Holton Pits was a thriving quarry - sand and gravel pits.

We are grateful to Nigel Ashfield for providing this account from his father Ivan and sharing the photos of the pits in action in the 1950s & 1960s…

“When Ivan turned 14 in November 1942 he left Halesworth Area School (Edgar Sewter) to work at Holton Pit.
He learned to drive excavators when he worked on dredging Southwold Harbour from a pontoon during the war, and continued as an excavator driver working in Holton pit. He drove both dragline & face shovel excavators as well as dumpers and operated the plant that screened out the sand & different sized gravel.

He found many fossils and artefacts while digging & would inspect the excavated pile as objects would often tumble down the bottom. He kept them until he was visited by the curator from Ipswich museum who explained what he had found and took them back to the museum. On one occasion a fossil was identified as the vertebra from a whale’s back bone."

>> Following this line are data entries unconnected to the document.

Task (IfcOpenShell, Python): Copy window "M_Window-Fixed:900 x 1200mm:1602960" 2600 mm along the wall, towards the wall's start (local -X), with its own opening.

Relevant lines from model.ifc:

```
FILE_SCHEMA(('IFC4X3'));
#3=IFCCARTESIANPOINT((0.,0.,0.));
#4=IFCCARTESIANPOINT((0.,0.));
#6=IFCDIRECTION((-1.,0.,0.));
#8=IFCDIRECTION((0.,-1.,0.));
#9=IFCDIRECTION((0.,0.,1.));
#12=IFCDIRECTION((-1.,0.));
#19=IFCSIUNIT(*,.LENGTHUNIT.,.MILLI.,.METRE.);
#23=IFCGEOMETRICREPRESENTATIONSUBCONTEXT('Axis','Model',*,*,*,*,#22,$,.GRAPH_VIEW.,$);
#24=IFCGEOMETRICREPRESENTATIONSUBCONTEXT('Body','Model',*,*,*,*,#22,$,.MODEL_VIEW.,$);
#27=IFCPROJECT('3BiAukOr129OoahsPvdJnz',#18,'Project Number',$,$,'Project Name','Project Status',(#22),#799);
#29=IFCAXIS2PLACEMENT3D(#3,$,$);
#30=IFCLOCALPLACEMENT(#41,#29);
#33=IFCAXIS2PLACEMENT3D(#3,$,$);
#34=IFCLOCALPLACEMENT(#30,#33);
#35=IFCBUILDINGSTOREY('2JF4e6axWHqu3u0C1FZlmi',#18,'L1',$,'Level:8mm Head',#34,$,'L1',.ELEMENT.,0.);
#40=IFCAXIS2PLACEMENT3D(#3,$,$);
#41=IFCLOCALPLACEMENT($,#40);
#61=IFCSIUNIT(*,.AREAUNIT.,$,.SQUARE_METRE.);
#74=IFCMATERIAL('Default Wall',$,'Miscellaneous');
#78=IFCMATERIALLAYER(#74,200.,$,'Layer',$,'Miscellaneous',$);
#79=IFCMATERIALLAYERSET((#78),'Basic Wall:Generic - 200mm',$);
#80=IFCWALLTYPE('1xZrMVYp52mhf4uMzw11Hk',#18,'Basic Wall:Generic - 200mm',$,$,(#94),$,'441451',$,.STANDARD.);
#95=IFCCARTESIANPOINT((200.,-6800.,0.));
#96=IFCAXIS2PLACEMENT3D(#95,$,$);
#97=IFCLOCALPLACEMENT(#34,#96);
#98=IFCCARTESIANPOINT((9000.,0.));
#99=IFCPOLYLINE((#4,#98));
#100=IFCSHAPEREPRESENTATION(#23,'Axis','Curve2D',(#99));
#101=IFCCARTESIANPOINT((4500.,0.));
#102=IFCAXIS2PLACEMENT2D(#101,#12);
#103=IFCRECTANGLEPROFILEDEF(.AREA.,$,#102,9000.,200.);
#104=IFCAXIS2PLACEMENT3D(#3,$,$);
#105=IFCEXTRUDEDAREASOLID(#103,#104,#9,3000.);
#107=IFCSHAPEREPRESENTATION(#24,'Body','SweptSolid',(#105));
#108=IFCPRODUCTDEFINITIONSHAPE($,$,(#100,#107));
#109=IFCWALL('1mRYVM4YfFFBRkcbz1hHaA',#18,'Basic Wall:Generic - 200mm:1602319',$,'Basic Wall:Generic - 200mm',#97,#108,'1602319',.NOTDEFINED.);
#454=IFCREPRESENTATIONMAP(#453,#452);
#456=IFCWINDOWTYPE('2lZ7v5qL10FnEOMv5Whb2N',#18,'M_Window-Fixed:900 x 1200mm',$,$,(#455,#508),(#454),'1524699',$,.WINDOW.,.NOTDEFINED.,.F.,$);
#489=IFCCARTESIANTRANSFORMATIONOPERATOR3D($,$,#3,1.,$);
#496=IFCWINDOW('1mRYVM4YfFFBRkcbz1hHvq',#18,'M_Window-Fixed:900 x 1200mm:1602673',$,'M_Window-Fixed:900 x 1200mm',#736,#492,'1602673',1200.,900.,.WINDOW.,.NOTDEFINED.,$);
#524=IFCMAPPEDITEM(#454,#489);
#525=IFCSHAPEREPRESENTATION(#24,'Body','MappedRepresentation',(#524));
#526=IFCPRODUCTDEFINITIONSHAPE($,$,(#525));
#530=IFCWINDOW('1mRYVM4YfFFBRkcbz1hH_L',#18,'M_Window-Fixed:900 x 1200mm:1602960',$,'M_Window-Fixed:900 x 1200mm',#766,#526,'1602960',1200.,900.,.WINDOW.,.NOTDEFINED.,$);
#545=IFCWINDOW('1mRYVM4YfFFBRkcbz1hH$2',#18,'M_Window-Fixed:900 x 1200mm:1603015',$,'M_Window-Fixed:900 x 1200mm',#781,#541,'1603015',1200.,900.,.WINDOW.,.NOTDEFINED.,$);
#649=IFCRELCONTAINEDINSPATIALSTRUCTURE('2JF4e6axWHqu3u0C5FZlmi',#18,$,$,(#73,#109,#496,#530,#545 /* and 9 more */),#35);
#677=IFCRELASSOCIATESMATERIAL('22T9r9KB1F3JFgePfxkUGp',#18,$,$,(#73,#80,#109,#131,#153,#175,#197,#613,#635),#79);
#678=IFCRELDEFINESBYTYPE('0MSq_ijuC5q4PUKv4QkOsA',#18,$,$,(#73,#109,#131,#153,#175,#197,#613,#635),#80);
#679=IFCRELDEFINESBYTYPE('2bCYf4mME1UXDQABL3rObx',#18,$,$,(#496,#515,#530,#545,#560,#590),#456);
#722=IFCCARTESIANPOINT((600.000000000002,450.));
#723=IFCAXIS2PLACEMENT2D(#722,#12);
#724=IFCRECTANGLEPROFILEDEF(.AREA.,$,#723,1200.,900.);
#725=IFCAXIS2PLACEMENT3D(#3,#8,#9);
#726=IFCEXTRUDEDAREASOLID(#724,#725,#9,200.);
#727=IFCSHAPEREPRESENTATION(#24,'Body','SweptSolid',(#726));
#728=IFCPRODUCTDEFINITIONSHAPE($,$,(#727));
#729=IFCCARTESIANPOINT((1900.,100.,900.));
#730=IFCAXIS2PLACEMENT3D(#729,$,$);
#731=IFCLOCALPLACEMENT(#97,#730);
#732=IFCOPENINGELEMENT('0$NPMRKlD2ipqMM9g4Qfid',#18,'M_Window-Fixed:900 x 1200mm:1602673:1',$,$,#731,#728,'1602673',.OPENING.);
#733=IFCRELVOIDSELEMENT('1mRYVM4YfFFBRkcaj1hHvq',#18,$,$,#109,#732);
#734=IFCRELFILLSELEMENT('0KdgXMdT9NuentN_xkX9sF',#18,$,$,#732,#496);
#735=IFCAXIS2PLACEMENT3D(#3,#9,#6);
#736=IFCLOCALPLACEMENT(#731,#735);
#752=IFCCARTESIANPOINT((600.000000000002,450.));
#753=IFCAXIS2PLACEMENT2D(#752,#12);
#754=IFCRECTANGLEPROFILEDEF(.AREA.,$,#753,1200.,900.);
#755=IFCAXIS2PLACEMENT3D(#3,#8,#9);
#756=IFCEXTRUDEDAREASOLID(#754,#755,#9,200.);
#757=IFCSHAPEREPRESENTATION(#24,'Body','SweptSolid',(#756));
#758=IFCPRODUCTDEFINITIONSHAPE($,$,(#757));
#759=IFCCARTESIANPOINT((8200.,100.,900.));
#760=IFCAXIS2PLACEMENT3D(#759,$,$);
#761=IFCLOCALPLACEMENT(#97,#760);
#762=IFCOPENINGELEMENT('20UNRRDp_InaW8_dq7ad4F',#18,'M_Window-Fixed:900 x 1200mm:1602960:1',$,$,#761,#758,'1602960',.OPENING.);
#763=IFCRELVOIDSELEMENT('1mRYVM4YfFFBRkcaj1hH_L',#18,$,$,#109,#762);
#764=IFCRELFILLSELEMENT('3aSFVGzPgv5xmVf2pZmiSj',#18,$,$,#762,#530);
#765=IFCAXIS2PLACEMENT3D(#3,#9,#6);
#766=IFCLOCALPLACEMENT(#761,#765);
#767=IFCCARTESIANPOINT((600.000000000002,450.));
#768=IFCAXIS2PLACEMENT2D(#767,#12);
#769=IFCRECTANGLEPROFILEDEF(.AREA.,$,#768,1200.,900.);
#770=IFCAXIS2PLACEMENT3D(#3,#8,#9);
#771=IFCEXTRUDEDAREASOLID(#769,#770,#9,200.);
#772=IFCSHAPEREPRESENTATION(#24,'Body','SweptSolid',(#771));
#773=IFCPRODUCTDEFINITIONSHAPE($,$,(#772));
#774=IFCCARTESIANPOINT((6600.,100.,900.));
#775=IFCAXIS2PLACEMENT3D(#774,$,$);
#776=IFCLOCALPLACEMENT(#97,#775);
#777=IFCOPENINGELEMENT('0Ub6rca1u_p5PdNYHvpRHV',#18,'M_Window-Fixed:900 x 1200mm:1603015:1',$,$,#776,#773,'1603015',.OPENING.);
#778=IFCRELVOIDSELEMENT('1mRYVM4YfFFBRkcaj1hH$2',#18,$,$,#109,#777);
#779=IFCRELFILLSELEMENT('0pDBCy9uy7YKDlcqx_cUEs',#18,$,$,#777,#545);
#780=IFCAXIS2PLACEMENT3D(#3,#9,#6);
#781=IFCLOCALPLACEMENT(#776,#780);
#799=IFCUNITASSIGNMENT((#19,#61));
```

```python
import ifcopenshell
import ifcopenshell.api.feature
import ifcopenshell.api.geometry
import ifcopenshell.api.root
import ifcopenshell.geom
import ifcopenshell.util.element
import ifcopenshell.util.placement
import ifcopenshell.util.shape
import ifcopenshell.util.unit

model = ifcopenshell.open("model.ifc")
unit_scale = ifcopenshell.util.unit.calculate_unit_scale(model)
settings = ifcopenshell.geom.settings()


def volume(element):
    """Net volume in cubic metres, openings subtracted."""
    shape = ifcopenshell.geom.create_shape(settings, element)
    return ifcopenshell.util.shape.get_volume(shape.geometry)


def reuse_history(source, copy):
    """copy_class also copies each property set's owner history, people and application; keep the originals."""
    for rel in copy.IsDefinedBy:
        if rel.is_a("IfcRelDefinesByProperties") and (history := rel.RelatingPropertyDefinition.OwnerHistory):
            rel.RelatingPropertyDefinition.OwnerHistory = source.OwnerHistory
            ifcopenshell.util.element.remove_deep2(model, history)


window = model.by_guid("1mRYVM4YfFFBRkcbz1hH_L")
opening = window.FillsVoids[0].RelatingOpeningElement
wall = opening.VoidsElements[0].RelatingBuildingElement
before = volume(wall)
shift = ifcopenshell.util.placement.get_local_placement(wall.ObjectPlacement)[:3, 0] * -2.6 / unit_scale

# copy_class copies the void relationship, type, container and properties, but no geometry.
new_opening = ifcopenshell.api.root.copy_class(model, product=opening)
new_opening.Representation = ifcopenshell.util.element.copy_deep(
    model, opening.Representation, exclude=["IfcGeometricRepresentationContext", "IfcRepresentationMap"]
)
new_opening.Name = "M_Window-Fixed:900 x 1200mm"
new_opening.Tag = None
new_window = ifcopenshell.api.root.copy_class(model, product=window)
new_window.Representation = ifcopenshell.util.element.copy_deep(
    model, window.Representation, exclude=["IfcGeometricRepresentationContext", "IfcRepresentationMap"]
)
new_window.Name = "M_Window-Fixed:900 x 1200mm"
new_window.Tag = None
reuse_history(window, new_window)
ifcopenshell.api.feature.add_filling(model, opening=new_opening, element=new_window)

for old, new in ((opening, new_opening), (window, new_window)):
    matrix = ifcopenshell.util.placement.get_local_placement(old.ObjectPlacement)
    matrix[:3, 3] += shift
    ifcopenshell.api.geometry.edit_object_placement(model, product=new, matrix=matrix, is_si=False)

after = volume(wall)

print(f"wall volume {before:.3f} -> {after:.3f} m3")

model.write("model_v2.ifc")
```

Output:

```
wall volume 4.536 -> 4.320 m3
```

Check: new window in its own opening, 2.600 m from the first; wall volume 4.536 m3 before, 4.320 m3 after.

From 'The Commercial Motor' magazine article  - 10 July 1964:

Holton Pits was designated as a Site of Special Scientific Interest (SSSI) in 1988.

The first written account of the recently excavated site was in 1953, then in 1958 the site was visited by the Geologists Association, then again in the 1960s. There are some 50 specimens of fossils and rocks collected from various levels of the site which are lodged in the Ipswich Museum.

Specimens collected from below the water table include large erratics, shale with traces of coal, antler fragments, teeth and bones, shells and wood (pine and oak). The bones included comb-antlered deer, horse, and the southern mammoth (Mammuthus meridionalis) (Spencer 1972).

Ferruginous bones, mainly of mammoth, were also noted from above the water table.

“At Holton, in the Blyth Valley, a limb bone of a Jurassic Plesiosaur in the upper levels of the Norwich Crag Series (Westleton Beds) implies the presence of floating ice which must also have transported the occasional sub-angular blocks of various rocks found there.”